A new app aims to help mining-affected communities kickstart accountability where they live
Citizen reporting for better mining in Africa
Training on best practice use of the African Mining Accountability Platform in Sekhukhune, South Africa, April 2025. Photo: AMAP.
At the Alternative Mining Indaba held in February in Cape Town, South Africa, Deprose Muchena, Board Chairperson of Southern Africa Resource Watch (SARW), cited the extractive industry’s legacy of human rights abuses and environmental violations, long coupled with exclusion and underdevelopment of affected communities. Introducing SARW’s new mobile reporting application, African Mining Accountability Platform (AMAP), he said: “We cannot continue to witness a paradox where nations rich in natural resources remain poor in human development. This platform is a step towards ensuring that communities benefit from the resources they rightfully own.”
According to the International Energy Agency, fossil fuels and minerals accounted for over a third of exports from about 60% of African nations in 2019. With more than 30% of the global reserves of the critical minerals needed to power the shift to a low-carbon economy, Africa is well placed to benefit from a clean energy future. But will it be a just transition for the communities where mining companies are based? Accountability Console data shows that the sector has triggered the third most complaints to independent accountability mechanism (IAMs) in the last 30 years. Yet even this may be underreported, given the many obstacles to communities successfully filing complaints.
What’s in an app?
AMAP offers those living in mining-affected areas a cutting-edge tool to raise their voices against harm incurred—in real-time, geotagged detail, using a free phone app. The digital interface is attractive and user-friendly, and it’s specifically designed to log and report incidents such as environmental or labor rights violations via media such as photos, videos, voice notes, and other uploaded documentation. The app comes preloaded with a database of mining companies active in Africa, which will be constantly updated. Anyone with an account—rights advocates, government officials, researchers, mining executives and locals—will be able to obtain a snapshot of a specific company's social and environmental performance, as well as any incidents reported.
Monica Mbugua, Research & Policy Officer/Project Officer with SARW, characterizes AMAP as a “civic infrastructure tool” that’s much more than just an app. Crucially, she emphasizes, the goal is not to “name and shame” offenders. Following an incident report, companies are allowed a set grace period to respond and remediate before incidents go public on the app. But being featured within the app also provides an opportunity for companies to showcase their best practices. Environmental, social, and governance (ESG) ratings displayed on the company pages are based on the responsible mining standards laid out by the GRI Standards and the International Council on Mining and Metals.

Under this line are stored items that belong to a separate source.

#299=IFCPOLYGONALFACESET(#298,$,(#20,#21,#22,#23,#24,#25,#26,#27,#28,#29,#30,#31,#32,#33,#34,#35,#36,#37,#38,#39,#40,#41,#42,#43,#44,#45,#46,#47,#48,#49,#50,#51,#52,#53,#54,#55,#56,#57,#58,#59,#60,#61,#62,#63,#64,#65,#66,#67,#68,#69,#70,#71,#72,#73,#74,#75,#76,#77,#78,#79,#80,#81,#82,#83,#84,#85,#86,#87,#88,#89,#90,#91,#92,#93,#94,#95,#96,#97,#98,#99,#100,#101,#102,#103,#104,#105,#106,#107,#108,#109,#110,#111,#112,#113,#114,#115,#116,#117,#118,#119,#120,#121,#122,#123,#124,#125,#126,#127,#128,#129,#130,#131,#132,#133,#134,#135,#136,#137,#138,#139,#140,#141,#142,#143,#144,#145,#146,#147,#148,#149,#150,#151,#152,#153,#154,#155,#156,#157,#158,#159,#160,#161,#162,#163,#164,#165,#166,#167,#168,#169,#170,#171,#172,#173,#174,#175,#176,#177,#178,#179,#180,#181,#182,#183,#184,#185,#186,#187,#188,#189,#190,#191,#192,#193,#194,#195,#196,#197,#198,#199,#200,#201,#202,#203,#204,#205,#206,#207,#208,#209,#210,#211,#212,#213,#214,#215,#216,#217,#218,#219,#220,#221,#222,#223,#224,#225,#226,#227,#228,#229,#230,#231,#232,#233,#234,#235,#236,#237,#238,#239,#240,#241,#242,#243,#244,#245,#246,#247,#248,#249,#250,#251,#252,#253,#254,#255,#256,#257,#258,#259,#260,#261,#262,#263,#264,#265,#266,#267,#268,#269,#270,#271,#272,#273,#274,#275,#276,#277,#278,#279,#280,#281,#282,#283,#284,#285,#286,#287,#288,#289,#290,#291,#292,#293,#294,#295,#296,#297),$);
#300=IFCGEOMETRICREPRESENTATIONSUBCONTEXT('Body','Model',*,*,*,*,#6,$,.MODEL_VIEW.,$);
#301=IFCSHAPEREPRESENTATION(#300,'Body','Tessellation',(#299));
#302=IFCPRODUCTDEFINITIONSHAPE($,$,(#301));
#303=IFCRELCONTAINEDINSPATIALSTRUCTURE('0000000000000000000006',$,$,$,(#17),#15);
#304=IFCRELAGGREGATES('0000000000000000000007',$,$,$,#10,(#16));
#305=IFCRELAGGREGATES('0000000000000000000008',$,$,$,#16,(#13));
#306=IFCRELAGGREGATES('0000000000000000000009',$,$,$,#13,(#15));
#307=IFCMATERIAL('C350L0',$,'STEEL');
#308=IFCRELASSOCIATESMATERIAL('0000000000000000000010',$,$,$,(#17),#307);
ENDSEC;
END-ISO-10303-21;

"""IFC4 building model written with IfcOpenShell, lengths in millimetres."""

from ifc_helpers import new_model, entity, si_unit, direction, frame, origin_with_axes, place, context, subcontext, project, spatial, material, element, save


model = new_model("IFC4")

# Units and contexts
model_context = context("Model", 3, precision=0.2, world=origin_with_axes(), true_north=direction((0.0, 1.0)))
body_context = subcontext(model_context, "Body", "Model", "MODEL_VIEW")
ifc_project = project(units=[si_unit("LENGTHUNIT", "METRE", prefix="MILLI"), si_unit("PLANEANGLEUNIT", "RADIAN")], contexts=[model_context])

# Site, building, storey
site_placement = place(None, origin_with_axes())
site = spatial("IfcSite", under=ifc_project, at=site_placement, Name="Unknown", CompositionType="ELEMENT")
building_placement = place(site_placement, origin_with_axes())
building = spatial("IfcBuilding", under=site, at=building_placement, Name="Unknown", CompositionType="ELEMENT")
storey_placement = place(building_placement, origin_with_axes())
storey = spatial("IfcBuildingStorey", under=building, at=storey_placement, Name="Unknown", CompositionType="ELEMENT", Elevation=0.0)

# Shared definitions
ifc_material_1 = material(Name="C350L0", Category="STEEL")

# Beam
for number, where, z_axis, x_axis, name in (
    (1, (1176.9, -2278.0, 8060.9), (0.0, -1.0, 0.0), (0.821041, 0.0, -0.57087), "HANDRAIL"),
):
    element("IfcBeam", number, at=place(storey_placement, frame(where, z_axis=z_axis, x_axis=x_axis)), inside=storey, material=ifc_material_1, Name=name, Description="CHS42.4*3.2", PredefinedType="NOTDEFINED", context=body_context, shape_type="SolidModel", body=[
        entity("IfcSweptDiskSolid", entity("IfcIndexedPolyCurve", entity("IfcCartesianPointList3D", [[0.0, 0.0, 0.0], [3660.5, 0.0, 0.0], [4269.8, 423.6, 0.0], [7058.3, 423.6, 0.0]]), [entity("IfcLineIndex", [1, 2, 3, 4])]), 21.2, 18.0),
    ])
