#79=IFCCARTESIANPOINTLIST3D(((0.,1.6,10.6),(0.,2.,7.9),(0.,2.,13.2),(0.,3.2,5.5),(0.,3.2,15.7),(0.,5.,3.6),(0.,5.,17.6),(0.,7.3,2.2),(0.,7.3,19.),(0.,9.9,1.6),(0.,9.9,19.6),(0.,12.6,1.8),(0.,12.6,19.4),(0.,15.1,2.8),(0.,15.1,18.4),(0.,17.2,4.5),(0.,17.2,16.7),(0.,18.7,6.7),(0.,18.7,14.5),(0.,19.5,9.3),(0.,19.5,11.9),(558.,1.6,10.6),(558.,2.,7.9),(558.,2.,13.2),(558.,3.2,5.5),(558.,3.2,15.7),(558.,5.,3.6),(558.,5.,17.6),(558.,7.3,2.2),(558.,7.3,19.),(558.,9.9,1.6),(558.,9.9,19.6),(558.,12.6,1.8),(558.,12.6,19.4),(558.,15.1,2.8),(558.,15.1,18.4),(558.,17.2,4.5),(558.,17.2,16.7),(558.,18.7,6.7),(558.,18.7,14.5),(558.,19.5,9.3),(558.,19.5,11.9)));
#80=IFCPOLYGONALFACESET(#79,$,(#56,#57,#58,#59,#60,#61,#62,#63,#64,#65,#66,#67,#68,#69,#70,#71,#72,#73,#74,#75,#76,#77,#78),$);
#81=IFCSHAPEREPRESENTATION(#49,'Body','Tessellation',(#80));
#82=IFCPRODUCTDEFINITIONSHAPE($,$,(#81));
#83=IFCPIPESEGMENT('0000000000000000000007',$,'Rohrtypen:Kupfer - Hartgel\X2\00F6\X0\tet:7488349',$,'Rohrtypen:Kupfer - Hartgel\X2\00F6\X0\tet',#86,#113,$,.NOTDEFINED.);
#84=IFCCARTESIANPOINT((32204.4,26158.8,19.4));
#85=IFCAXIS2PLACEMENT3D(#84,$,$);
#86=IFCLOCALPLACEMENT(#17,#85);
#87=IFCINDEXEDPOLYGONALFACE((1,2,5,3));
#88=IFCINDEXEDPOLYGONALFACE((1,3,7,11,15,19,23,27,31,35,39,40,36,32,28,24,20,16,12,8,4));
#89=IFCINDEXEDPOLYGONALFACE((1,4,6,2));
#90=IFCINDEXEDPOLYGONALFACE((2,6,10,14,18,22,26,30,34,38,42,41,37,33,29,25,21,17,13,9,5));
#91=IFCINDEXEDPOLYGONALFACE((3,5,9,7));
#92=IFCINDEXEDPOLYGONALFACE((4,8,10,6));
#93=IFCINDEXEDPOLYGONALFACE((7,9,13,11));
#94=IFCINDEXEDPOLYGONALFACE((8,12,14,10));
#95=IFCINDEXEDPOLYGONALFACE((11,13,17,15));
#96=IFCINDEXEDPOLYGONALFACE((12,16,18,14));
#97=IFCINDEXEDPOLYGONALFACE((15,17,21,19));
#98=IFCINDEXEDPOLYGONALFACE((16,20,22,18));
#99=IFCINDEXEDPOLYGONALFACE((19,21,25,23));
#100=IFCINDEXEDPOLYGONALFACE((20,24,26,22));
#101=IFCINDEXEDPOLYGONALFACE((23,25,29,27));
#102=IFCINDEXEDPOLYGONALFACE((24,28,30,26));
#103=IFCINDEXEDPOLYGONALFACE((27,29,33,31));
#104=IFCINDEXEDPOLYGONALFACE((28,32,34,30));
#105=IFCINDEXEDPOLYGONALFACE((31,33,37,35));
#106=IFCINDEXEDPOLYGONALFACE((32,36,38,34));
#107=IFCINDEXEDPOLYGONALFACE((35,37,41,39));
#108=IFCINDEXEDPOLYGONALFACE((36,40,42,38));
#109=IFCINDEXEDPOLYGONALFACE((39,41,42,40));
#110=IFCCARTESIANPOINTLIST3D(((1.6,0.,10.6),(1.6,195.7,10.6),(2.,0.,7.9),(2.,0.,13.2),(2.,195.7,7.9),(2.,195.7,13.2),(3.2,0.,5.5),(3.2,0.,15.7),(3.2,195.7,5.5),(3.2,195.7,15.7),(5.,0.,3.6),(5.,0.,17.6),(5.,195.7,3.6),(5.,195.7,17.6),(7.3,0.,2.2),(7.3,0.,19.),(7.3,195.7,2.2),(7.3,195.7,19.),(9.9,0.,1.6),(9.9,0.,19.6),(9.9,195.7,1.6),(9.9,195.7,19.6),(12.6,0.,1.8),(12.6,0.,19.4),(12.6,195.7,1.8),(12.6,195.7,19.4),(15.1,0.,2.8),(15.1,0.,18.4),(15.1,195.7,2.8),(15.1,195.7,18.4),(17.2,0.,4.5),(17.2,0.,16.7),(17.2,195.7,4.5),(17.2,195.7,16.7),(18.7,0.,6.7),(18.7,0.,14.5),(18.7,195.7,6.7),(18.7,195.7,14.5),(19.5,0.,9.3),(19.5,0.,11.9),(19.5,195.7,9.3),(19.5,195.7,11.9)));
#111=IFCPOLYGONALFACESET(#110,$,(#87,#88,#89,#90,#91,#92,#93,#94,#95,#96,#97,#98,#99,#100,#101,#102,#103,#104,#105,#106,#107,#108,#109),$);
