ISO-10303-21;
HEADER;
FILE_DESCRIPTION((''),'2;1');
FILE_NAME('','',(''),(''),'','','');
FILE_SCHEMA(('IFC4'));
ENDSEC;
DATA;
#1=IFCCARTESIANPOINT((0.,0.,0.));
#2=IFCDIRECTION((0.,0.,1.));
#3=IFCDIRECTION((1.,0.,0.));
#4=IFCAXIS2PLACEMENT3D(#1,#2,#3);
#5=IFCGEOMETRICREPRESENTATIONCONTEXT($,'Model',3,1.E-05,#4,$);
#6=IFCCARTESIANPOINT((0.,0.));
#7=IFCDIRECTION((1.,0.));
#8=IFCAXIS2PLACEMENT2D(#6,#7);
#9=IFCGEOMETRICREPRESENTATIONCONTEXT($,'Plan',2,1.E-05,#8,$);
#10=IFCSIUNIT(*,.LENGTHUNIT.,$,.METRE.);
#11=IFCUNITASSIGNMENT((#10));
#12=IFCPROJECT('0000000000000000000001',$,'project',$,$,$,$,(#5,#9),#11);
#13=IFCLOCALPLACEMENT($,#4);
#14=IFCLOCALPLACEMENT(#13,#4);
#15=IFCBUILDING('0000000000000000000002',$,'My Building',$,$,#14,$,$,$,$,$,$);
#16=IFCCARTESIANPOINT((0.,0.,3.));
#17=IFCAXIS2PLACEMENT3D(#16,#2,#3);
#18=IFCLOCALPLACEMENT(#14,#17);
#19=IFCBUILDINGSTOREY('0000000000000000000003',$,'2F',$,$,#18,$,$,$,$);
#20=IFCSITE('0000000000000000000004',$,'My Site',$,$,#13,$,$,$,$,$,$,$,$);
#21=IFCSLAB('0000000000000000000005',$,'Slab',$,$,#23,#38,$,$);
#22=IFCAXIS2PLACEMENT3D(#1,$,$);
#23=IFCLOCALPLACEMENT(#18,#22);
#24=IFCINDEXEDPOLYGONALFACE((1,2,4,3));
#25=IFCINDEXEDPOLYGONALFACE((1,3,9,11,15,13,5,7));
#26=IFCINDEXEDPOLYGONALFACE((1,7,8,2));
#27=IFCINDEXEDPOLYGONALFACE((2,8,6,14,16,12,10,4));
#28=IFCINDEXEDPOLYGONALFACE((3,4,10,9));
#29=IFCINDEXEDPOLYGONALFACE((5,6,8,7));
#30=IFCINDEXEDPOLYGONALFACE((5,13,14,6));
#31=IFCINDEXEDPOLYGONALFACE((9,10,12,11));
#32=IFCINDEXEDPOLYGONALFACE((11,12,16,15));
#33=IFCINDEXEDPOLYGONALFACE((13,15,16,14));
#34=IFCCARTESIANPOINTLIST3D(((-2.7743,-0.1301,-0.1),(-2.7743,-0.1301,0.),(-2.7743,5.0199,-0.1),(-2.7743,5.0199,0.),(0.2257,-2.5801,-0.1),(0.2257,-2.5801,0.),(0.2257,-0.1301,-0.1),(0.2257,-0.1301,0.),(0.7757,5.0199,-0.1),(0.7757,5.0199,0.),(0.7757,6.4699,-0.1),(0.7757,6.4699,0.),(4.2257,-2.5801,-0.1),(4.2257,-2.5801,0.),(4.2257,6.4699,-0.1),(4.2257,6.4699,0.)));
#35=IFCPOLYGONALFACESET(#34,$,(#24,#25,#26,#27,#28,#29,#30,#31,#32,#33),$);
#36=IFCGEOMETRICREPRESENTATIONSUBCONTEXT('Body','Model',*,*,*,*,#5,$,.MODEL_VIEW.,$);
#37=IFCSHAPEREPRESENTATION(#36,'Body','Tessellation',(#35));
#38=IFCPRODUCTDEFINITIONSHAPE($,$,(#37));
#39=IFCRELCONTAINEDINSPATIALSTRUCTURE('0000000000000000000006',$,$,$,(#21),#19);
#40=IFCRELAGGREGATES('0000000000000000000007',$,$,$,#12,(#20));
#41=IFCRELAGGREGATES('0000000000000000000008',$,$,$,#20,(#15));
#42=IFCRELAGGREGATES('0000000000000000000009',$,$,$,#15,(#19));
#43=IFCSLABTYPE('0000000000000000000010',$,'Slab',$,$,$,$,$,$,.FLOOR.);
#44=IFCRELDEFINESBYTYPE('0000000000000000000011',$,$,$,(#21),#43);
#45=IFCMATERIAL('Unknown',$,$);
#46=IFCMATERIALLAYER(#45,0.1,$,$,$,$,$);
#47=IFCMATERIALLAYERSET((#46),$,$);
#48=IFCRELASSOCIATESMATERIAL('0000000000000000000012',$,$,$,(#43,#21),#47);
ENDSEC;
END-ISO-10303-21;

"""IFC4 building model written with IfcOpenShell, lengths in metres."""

from ifc_helpers import new_model, si_unit, frame, origin_with_axes, origin_2d_with_axis, place, context, subcontext, project, spatial, indexed_curve, outline, extrude, material, layer, layer_set, layer_usage, type_object, element, save


model = new_model("IFC4")

# Units and contexts
model_context = context("Model", 3, precision=1e-05, world=origin_with_axes())
plan_context = context("Plan", 2, precision=1e-05, world=origin_2d_with_axis())
body_context = subcontext(model_context, "Body", "Model", "MODEL_VIEW")
ifc_project = project(units=[si_unit("LENGTHUNIT", "METRE")], contexts=[model_context, plan_context])

# Site, building, storey
site_placement = place(None, origin_with_axes())
site = spatial("IfcSite", under=ifc_project, at=site_placement, Name="My Site")
building_placement = place(site_placement, origin_with_axes())
building = spatial("IfcBuilding", under=site, at=building_placement, Name="My Building")
storey_placement = place(building_placement, frame((0.0, 0.0, 3.0), z_axis=(0.0, 0.0, 1.0), x_axis=(1.0, 0.0, 0.0)))
storey = spatial("IfcBuildingStorey", under=building, at=storey_placement, Name="2F")

# Slab
ifc_material = material(Name="Unknown")
ifc_layer = layer(ifc_material, 0.1)
ifc_layer_set = layer_set([ifc_layer])
ifc_layer_usage = layer_usage(ifc_layer_set, "AXIS3", "POSITIVE", -0.1)
slab_type = type_object("IfcSlabType", Name="Slab", PredefinedType="FLOOR", material=ifc_layer_set)
slab_placement = place(storey_placement, frame((4.2257, 6.4699, 0.0), z_axis=(0.0, 0.0, 1.0), x_axis=(1.0, 0.0, 0.0)))
element("IfcSlab", 1, at=slab_placement, inside=storey, type_object=slab_type, material=ifc_layer_usage, Name="Slab", context=body_context, shape_type="SweptSolid", body=[
    extrude(outline(indexed_curve([(0.0, 0.0), (-3.45, 0.0), (-3.45, -1.45), (-7.0, -1.45), (-7.0, -6.6), (-4.0, -6.6), (-4.0, -9.05), (0.0, -9.05), (0.0, 0.0)])), frame((0.0, 0.0, -0.1), z_axis=(0.0, 0.0, 1.0), x_axis=(1.0, 0.0, 0.0)), (0.0, 0.0, 1.0), 0.1),
])

save(model, "model.ifc")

Connecting grassroots complaints to grievance redress
Since the February launch, SARW has been engaging communities in mining areas, beginning with training programs on best practices to use AMAP in South Africa, and plans to expand to Zambia, Zimbabwe, Gabon, DRC Congo, Namibia, and Madagascar within 2025. An initial goal is to log 500 incident reports across the continent. And as this database is being built through community-led reporting, according to Mbugua, “It will reduce the burden of access for formal complaint mechanisms, because now you have real complaints coming from the ground.” She adds that AMAP provides a way for communities to structure their data with timelines and incident histories, so if and when they submit complaints to IAMs or other mechanisms, they have a head start on providing evidence of harm—which will already have been verified by community monitors with the support of SARW.
For mining-affected communities, AMAP could prove invaluable in this regard as a tool of empowerment, and help redress the balance of power with international mining corporations. As one trainee in a recent session run by SARW declared, “They say we exaggerate. But when we upload pictures, they can’t ignore us. Now we have a place to keep our evidence—and power to act on it.”